Em nossas andanças pelos meandros da COP 30, além da extensa cadeia bioprodutiva do Ver-o-Açaí e do Amazônia na Cuia, visitei um projeto em que tive que me beliscar para acreditar. Trata-se do parque industrial da empresa KAATECH, na grande Belém.
Conversei com Reinaldo, o empresário que lidera o projeto, que falou com brilho nos olhos sobre seus produtos. Começou pelo AçaiBot, um robô desenvolvido para fazer a colheita do açaí. Em seguida, apresentou o teleférico, um sistema de trilhos que entra floresta adentro, sem causar impacto, para transportar, em basquetas, o açaí colhido pelo AçaiBot. Depois, mostrou a fábrica onde essas basquetas são produzidas.
Por último, revelou a joia da coroa: o açaí em pó que, dissolvido em água, reproduz consistência, aroma e sabor da polpa natural. Eu provei. Achei muito semelhante ao açaí que consumo em casa, pelo menos duas vezes ao dia. E tem mais: a extração da polpa é feita a frio, sem alterar seus componentes químicos, como as antocianinas, substâncias antioxidantes vendidas a preço de ouro no mercado global.
Sem dúvida, trata-se de uma inovação tecnológica de impacto positivo e decisivo na cadeia de valor do açaí. Além de gerar milhares de empregos, essa tecnologia impulsiona a busca por mais conhecimento e mais pesquisa para chegar à produção de suplementos alimentares de altíssimo valor agregado, tendo o açaí como protagonista.
É disso que estamos falando quando dizemos “economia da floresta em pé”.

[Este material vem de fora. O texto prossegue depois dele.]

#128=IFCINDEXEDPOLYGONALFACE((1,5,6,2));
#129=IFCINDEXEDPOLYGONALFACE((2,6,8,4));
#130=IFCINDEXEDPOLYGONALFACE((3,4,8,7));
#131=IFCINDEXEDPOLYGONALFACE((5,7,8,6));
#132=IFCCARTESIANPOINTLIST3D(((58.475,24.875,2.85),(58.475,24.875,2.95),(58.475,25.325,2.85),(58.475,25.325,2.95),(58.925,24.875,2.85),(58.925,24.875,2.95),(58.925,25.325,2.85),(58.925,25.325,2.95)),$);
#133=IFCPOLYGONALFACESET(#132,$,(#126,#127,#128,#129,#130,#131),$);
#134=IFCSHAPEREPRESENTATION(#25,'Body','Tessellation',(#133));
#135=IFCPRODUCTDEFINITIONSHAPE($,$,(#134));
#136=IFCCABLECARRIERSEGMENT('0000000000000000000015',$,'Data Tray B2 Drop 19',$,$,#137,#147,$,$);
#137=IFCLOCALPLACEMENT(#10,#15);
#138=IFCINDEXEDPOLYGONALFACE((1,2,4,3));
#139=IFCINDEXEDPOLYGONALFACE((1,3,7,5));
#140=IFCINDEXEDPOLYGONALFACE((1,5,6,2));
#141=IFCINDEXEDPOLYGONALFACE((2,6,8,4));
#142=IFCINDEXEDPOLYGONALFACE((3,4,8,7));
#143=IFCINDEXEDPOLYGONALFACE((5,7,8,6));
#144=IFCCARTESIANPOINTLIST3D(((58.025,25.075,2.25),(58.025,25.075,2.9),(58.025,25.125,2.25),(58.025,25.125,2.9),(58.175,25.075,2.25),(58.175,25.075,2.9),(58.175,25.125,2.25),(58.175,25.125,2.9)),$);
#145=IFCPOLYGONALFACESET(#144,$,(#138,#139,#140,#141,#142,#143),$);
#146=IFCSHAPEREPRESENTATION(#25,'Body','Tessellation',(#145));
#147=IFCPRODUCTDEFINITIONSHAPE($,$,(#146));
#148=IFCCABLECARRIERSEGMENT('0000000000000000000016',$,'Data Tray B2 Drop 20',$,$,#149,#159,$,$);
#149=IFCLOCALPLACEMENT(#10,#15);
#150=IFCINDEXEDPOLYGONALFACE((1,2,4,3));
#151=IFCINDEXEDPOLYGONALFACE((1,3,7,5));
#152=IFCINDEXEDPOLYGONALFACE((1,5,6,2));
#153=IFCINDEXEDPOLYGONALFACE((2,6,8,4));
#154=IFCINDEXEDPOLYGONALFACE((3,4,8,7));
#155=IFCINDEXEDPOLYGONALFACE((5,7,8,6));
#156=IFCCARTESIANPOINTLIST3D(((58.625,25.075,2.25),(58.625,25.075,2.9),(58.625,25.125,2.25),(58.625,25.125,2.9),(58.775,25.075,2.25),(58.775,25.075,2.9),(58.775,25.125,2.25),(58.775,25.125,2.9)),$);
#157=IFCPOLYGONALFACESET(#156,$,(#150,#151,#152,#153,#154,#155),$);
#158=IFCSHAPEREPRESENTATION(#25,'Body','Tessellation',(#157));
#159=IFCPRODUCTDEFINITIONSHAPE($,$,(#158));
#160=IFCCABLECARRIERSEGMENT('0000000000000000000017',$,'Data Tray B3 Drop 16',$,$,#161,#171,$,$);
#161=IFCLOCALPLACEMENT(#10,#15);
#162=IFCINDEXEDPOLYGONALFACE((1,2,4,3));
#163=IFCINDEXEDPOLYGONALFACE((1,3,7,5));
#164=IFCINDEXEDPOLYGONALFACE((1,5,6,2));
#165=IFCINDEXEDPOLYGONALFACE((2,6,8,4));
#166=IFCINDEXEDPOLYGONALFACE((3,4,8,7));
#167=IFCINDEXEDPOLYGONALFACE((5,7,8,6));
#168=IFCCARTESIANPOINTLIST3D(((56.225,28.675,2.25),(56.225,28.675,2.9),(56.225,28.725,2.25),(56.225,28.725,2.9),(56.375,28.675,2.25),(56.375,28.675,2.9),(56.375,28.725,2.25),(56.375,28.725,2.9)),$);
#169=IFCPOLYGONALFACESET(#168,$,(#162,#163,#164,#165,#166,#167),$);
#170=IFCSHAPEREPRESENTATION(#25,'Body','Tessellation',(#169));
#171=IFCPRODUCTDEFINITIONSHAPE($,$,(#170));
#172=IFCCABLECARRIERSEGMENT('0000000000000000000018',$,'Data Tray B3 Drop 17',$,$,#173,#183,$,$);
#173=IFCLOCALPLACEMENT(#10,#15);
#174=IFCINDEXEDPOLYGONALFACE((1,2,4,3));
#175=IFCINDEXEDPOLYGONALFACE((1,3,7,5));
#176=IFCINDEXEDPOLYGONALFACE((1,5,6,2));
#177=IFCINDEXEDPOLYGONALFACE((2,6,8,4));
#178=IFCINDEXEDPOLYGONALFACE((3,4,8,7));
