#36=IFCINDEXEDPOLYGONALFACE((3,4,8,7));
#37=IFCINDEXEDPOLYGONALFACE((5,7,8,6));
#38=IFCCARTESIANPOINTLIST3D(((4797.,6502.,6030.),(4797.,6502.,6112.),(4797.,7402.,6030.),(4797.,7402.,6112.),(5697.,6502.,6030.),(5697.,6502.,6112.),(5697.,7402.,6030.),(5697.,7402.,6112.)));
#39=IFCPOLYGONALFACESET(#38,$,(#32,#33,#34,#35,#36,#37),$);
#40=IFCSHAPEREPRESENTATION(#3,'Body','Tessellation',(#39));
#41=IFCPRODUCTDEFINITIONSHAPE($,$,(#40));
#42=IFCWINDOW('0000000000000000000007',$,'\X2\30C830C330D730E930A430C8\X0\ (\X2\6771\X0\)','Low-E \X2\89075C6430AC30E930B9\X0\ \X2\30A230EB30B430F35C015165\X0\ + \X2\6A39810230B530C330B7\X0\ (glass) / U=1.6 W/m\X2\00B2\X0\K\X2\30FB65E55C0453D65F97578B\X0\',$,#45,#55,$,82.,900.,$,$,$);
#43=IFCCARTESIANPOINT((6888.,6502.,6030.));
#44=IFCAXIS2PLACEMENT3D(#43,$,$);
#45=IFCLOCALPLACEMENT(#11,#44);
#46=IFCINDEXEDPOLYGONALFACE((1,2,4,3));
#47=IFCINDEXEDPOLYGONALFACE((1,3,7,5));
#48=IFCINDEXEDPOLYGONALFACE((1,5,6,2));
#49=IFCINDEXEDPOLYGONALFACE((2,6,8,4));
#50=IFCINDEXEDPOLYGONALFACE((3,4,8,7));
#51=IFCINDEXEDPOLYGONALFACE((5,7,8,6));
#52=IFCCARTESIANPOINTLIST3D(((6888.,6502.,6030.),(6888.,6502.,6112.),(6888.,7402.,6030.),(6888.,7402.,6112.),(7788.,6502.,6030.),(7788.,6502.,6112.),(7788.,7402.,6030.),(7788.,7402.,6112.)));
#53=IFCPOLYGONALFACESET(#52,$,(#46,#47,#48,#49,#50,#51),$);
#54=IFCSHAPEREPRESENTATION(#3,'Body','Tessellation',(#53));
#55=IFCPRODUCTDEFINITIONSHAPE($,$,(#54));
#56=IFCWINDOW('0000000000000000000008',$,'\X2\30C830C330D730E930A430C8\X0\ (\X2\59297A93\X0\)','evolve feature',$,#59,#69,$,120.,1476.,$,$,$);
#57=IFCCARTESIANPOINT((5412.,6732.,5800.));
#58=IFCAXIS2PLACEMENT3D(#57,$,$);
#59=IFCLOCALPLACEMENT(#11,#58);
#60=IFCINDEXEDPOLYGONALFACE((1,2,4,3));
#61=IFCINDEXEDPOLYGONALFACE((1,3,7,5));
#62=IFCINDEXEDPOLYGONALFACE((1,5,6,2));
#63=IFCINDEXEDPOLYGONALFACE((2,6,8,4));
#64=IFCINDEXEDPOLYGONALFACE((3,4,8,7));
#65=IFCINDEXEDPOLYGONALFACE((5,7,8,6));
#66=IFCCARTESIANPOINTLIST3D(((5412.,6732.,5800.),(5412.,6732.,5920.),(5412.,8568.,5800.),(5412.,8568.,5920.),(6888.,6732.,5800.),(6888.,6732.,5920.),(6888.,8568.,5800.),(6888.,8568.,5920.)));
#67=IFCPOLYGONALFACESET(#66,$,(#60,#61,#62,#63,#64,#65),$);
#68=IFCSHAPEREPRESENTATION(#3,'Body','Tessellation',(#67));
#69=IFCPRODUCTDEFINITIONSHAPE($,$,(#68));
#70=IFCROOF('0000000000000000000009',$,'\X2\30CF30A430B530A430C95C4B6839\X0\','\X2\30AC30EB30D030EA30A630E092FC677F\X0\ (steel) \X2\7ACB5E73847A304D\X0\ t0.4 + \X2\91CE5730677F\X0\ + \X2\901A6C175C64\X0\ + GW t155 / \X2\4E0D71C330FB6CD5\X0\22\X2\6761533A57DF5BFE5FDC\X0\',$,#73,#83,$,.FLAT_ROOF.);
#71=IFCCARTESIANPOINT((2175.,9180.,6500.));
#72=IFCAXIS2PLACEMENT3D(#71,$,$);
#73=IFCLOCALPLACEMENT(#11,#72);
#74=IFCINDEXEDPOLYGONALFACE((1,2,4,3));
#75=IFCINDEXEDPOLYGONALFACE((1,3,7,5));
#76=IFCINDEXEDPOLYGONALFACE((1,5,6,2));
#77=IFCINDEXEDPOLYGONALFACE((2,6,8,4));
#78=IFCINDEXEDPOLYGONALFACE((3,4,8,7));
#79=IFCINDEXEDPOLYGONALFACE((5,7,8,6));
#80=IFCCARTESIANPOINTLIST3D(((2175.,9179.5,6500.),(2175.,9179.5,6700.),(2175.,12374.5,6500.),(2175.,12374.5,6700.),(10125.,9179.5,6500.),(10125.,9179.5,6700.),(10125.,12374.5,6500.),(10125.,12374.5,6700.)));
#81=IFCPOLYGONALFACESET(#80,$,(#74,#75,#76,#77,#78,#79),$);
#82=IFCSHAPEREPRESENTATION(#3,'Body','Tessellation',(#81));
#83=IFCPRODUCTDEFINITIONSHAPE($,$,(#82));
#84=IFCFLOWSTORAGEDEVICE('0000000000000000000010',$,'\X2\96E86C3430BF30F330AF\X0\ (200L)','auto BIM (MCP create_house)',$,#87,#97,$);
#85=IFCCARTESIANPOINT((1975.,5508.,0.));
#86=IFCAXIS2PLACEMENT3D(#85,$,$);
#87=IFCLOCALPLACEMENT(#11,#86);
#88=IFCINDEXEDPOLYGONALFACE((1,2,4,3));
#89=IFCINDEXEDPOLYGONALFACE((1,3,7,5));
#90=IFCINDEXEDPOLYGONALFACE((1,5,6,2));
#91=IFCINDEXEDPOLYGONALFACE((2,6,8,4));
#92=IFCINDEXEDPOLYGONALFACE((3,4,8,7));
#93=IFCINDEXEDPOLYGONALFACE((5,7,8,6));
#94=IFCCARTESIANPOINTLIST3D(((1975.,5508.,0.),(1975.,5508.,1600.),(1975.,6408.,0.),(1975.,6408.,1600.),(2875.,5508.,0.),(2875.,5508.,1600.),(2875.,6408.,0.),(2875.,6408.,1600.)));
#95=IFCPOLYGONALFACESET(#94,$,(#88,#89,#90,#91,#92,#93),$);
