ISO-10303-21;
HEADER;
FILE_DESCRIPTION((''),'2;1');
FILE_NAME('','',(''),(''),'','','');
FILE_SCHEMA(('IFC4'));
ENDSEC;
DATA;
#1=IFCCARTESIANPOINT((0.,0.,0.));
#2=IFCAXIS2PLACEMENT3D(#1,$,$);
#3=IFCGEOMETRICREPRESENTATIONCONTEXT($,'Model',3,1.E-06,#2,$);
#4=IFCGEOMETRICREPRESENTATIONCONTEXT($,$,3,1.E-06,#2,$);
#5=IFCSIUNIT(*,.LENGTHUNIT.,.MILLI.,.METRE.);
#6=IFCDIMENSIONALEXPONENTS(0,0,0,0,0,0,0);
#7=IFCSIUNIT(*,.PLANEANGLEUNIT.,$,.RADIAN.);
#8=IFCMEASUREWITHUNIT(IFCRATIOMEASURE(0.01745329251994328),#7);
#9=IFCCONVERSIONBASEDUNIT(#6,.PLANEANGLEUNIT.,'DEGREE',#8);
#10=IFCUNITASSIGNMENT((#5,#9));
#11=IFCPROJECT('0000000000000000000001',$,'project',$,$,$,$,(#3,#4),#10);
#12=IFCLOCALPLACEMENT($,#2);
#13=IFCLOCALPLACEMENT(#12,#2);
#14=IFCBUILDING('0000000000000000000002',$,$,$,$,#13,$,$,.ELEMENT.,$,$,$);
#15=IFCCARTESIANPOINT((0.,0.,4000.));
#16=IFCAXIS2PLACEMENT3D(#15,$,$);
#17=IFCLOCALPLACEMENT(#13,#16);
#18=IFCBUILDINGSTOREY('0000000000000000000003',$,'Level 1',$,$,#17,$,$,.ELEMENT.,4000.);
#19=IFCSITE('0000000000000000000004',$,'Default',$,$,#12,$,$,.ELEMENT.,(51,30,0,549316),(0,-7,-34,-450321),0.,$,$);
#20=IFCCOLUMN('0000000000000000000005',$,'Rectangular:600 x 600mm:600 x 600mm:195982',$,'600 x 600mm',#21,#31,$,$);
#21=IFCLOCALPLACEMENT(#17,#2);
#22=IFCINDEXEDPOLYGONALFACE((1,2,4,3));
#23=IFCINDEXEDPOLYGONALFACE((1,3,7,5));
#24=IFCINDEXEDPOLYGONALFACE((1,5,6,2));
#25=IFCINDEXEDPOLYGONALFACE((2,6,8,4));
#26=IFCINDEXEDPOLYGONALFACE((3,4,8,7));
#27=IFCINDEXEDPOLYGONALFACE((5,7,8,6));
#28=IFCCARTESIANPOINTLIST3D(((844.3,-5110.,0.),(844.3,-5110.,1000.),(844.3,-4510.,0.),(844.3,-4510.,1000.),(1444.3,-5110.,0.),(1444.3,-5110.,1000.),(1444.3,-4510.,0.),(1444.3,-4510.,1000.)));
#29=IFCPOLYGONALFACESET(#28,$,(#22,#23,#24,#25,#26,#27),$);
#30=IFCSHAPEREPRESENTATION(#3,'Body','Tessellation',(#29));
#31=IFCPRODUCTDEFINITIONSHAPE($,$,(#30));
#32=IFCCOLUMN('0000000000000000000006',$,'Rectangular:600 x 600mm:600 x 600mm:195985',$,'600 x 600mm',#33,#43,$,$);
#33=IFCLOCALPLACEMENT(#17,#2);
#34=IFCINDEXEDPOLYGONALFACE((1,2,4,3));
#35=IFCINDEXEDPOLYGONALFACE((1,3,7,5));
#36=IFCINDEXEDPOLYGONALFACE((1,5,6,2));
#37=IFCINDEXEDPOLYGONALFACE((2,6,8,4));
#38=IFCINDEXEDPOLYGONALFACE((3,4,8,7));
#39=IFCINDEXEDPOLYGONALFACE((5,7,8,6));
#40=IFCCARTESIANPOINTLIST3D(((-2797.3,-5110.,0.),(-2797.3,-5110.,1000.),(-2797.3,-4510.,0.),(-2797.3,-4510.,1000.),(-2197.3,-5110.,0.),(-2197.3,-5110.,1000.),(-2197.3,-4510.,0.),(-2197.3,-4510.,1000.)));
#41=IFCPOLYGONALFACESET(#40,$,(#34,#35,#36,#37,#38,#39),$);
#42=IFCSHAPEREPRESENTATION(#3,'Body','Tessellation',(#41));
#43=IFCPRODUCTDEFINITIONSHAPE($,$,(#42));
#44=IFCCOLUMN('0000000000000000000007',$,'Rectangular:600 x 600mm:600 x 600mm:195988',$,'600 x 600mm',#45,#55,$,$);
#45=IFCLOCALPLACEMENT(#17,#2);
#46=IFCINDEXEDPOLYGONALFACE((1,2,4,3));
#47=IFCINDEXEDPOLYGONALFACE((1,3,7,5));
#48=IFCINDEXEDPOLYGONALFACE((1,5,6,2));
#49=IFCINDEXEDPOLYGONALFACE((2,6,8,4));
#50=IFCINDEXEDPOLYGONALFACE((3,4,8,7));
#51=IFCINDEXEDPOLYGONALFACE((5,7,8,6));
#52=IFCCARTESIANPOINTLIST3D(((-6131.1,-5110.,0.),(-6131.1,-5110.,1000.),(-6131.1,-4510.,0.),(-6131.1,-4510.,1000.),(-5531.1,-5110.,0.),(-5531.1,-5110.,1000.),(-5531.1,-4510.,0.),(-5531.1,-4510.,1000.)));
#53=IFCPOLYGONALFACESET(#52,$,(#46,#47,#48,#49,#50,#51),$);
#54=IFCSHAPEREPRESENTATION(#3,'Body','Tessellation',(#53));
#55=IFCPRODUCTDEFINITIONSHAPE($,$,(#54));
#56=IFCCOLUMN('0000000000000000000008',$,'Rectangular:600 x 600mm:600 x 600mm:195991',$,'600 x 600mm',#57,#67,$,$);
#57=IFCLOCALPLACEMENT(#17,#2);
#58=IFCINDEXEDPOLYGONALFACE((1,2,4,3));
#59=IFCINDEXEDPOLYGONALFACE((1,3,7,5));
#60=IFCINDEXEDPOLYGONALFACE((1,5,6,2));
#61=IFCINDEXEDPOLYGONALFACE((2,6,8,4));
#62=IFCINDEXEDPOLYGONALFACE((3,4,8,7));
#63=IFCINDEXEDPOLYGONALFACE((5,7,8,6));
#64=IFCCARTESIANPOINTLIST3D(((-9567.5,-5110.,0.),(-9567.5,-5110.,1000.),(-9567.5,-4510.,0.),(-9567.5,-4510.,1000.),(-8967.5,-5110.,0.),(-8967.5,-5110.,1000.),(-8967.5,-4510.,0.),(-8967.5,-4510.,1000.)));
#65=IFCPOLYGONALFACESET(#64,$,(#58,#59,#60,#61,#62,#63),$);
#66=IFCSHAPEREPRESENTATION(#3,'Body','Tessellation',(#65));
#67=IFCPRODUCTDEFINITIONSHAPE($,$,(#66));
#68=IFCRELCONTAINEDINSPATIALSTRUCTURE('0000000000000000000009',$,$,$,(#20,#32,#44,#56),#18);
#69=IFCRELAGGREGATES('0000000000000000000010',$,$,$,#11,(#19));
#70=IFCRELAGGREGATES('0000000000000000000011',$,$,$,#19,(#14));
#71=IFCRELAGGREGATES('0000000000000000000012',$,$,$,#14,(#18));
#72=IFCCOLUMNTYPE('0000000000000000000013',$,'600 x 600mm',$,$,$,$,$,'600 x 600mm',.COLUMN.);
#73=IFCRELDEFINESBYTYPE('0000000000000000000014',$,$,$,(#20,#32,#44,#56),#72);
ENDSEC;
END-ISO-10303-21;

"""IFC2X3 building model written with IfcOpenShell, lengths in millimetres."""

from ifc_helpers import new_model, entity, si_unit, converted_unit, frame, frame_2d, origin, place, context, project, spatial, rectangle, extrude, source, transform, mapped, type_object, type_shapes, element, save


model = new_model("IFC2X3")

# Units and contexts
model_context = context("Model", 3, precision=1e-06, world=origin())
context_of_model = context(None, 3, precision=1e-06, world=origin())
ifc_project = project(units=[si_unit("LENGTHUNIT", "METRE", prefix="MILLI"), converted_unit("PLANEANGLEUNIT", "DEGREE", entity("IfcRatioMeasure", 0.01745329251994328), si_unit("PLANEANGLEUNIT", "RADIAN"), dimensions=[0, 0, 0, 0, 0, 0, 0])], contexts=[model_context, context_of_model])

# Site, building, storey
site_placement = place(None, origin())
site = spatial("IfcSite", under=ifc_project, at=site_placement, Name="Default", CompositionType="ELEMENT", RefLatitude=(51, 30, 0, 549316), RefLongitude=(0, -7, -34, -450321), RefElevation=0.0)
building_placement = place(site_placement, origin())
building = spatial("IfcBuilding", under=site, at=building_placement, CompositionType="ELEMENT")
storey_placement = place(building_placement, frame((0.0, 0.0, 4000.0)))
storey = spatial("IfcBuildingStorey", under=building, at=storey_placement, Name="Level 1", CompositionType="ELEMENT", Elevation=4000.0)

# Columns
column_type = type_object("IfcColumnType", Name="600 x 600mm", ElementType="600 x 600mm", PredefinedType="COLUMN")
shared_shape = source(origin(), model_context, "Body", "SweptSolid", [
    extrude(rectangle(XDim=600.0, YDim=600.0, at=frame_2d((0.0, 0.0), x_axis=(0.0, -1.0))), origin(), (0.0, 0.0, 1.0), 1000.0),
])
type_shapes(column_type, [shared_shape])
for number, where, name in (
    (1, (1144.3, -4810.0, 0.0), "Rectangular:600 x 600mm:600 x 600mm:195982"),
    (2, (-2497.3, -4810.0, 0.0), "Rectangular:600 x 600mm:600 x 600mm:195985"),
    (3, (-5831.1, -4810.0, 0.0), "Rectangular:600 x 600mm:600 x 600mm:195988"),
    (4, (-9267.5, -4810.0, 0.0), "Rectangular:600 x 600mm:600 x 600mm:195991"),
):
    element("IfcColumn", number, at=place(storey_placement, frame(where)), inside=storey, type_object=column_type, Name=name, ObjectType="600 x 600mm", context=model_context, shape_type="MappedRepresentation", body=[
        mapped(shared_shape, transform((0.0, 0.0, 0.0), scale=1.0)),
    ])

save(model, "model.ifc")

Do fruto na palmeira ao prato — ou à cuia — do consumidor, tudo forma um ciclo integral:
• o ribeirinho que coleta o fruto;
• o transporte cuidadoso, por rio ou por cabos aéreos que respeitam a floresta;
• a agroindústria que transforma o açaí em polpa, pó, bebidas e suplementos;
• os restaurantes e empreendimentos turísticos que levam essa riqueza, com identidade amazônica, à mesa de quem consome.
Quando a cadeia de valor fica nas mãos das comunidades locais – do extrativista ao trabalhador da cozinha, do técnico de laboratório ao garçom –, o açaí deixa de ser apenas matéria-prima barata exportada a granel e se transforma em conhecimento, tecnologia, emprego, renda e dignidade.

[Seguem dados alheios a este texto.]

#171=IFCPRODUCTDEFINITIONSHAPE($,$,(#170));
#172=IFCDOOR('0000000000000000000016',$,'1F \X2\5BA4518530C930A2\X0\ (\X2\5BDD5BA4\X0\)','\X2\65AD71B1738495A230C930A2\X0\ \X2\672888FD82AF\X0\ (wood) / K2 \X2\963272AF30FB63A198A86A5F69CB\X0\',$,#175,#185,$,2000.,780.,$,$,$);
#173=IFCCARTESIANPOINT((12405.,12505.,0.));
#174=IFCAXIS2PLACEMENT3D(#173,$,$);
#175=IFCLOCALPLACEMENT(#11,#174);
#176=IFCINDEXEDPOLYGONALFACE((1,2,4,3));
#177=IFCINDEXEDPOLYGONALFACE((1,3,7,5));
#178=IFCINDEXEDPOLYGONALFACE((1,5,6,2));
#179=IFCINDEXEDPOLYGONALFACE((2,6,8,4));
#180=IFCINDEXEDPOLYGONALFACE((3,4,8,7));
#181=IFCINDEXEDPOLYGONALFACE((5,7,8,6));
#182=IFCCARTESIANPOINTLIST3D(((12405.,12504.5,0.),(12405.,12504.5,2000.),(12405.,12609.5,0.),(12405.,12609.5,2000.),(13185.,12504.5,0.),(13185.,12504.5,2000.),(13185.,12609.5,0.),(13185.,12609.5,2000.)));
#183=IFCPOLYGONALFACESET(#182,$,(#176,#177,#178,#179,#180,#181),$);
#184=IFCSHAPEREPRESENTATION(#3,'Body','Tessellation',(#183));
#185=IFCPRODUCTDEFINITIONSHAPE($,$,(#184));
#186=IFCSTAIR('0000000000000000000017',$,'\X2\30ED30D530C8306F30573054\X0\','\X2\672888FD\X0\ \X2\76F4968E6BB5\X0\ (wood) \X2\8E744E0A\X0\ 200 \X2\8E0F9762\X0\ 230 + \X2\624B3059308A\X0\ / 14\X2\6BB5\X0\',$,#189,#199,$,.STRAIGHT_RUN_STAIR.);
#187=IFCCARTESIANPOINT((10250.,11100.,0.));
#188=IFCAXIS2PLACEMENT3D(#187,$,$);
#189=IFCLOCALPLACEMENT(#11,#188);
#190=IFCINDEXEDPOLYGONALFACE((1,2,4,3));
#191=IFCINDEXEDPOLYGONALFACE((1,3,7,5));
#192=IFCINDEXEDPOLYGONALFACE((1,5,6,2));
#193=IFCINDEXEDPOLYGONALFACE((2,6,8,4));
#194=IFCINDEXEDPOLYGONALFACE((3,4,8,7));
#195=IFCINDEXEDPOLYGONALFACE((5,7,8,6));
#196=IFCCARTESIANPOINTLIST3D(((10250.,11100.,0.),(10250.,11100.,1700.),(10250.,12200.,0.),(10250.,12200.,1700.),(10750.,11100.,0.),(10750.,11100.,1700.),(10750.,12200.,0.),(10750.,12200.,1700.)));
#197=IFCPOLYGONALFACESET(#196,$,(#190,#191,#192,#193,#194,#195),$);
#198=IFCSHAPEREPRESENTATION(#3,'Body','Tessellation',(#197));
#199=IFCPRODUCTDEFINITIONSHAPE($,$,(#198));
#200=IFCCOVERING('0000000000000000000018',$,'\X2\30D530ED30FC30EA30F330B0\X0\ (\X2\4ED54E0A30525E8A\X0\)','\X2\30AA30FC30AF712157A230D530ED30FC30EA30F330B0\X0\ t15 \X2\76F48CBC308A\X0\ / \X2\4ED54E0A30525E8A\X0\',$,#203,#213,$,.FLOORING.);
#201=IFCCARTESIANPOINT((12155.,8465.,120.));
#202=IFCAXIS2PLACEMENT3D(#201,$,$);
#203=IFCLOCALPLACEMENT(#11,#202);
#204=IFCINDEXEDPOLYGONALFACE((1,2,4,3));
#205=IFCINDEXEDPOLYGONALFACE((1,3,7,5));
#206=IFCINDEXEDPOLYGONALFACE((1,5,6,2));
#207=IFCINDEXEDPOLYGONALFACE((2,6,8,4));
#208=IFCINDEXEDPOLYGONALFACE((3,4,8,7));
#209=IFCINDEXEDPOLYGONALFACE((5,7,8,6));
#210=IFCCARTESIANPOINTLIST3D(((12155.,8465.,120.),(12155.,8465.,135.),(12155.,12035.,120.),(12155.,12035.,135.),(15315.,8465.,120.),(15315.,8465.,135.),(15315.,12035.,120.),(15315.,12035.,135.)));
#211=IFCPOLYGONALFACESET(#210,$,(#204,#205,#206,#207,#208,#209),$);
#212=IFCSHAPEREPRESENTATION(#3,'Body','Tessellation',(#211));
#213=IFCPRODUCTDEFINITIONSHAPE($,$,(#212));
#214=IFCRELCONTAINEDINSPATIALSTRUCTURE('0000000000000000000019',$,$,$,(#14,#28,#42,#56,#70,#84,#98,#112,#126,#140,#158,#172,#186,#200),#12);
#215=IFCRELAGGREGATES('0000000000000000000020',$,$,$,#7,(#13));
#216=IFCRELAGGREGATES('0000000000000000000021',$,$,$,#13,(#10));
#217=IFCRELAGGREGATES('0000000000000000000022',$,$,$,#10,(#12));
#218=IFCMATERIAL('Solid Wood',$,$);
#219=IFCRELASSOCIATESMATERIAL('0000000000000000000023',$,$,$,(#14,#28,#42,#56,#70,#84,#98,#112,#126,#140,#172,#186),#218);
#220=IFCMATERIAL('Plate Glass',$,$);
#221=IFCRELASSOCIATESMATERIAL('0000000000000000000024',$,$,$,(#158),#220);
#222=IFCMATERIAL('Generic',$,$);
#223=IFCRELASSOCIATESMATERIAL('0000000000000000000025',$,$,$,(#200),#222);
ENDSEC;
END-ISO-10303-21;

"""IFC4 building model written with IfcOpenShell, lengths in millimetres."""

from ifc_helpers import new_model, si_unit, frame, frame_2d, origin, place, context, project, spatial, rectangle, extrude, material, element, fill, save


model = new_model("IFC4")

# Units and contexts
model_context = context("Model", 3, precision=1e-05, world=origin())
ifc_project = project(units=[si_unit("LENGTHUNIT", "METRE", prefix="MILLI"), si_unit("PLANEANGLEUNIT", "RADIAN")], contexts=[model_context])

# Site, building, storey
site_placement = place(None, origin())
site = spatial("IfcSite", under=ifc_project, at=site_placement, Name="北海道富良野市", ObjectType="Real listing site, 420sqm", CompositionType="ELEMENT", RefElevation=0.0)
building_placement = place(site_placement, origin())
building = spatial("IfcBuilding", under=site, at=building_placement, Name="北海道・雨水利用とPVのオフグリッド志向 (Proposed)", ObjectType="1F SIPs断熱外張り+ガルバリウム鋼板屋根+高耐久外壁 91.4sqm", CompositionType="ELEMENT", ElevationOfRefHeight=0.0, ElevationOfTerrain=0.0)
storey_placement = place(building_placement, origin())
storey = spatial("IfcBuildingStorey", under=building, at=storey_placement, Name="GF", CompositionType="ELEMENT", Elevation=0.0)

Essa é a Amazônia que vimos brilhar na COP 30:
uma Amazônia em que a floresta insiste em continuar de pé, onde seu
povo segue em pé,
e sua riqueza deixa de sair apenas em navios para circular também na vida de quem nasceu e vive aqui.
Essa é a economia da floresta em pé que queremos para toda a Amazônia.
(*) João Capiberibe, ex preso político, ex prefeito, ex governador, ex senador, autor da Lei Complementar 131/2009, a Lei da Transparência. Atualmente empresário da bioeconomia.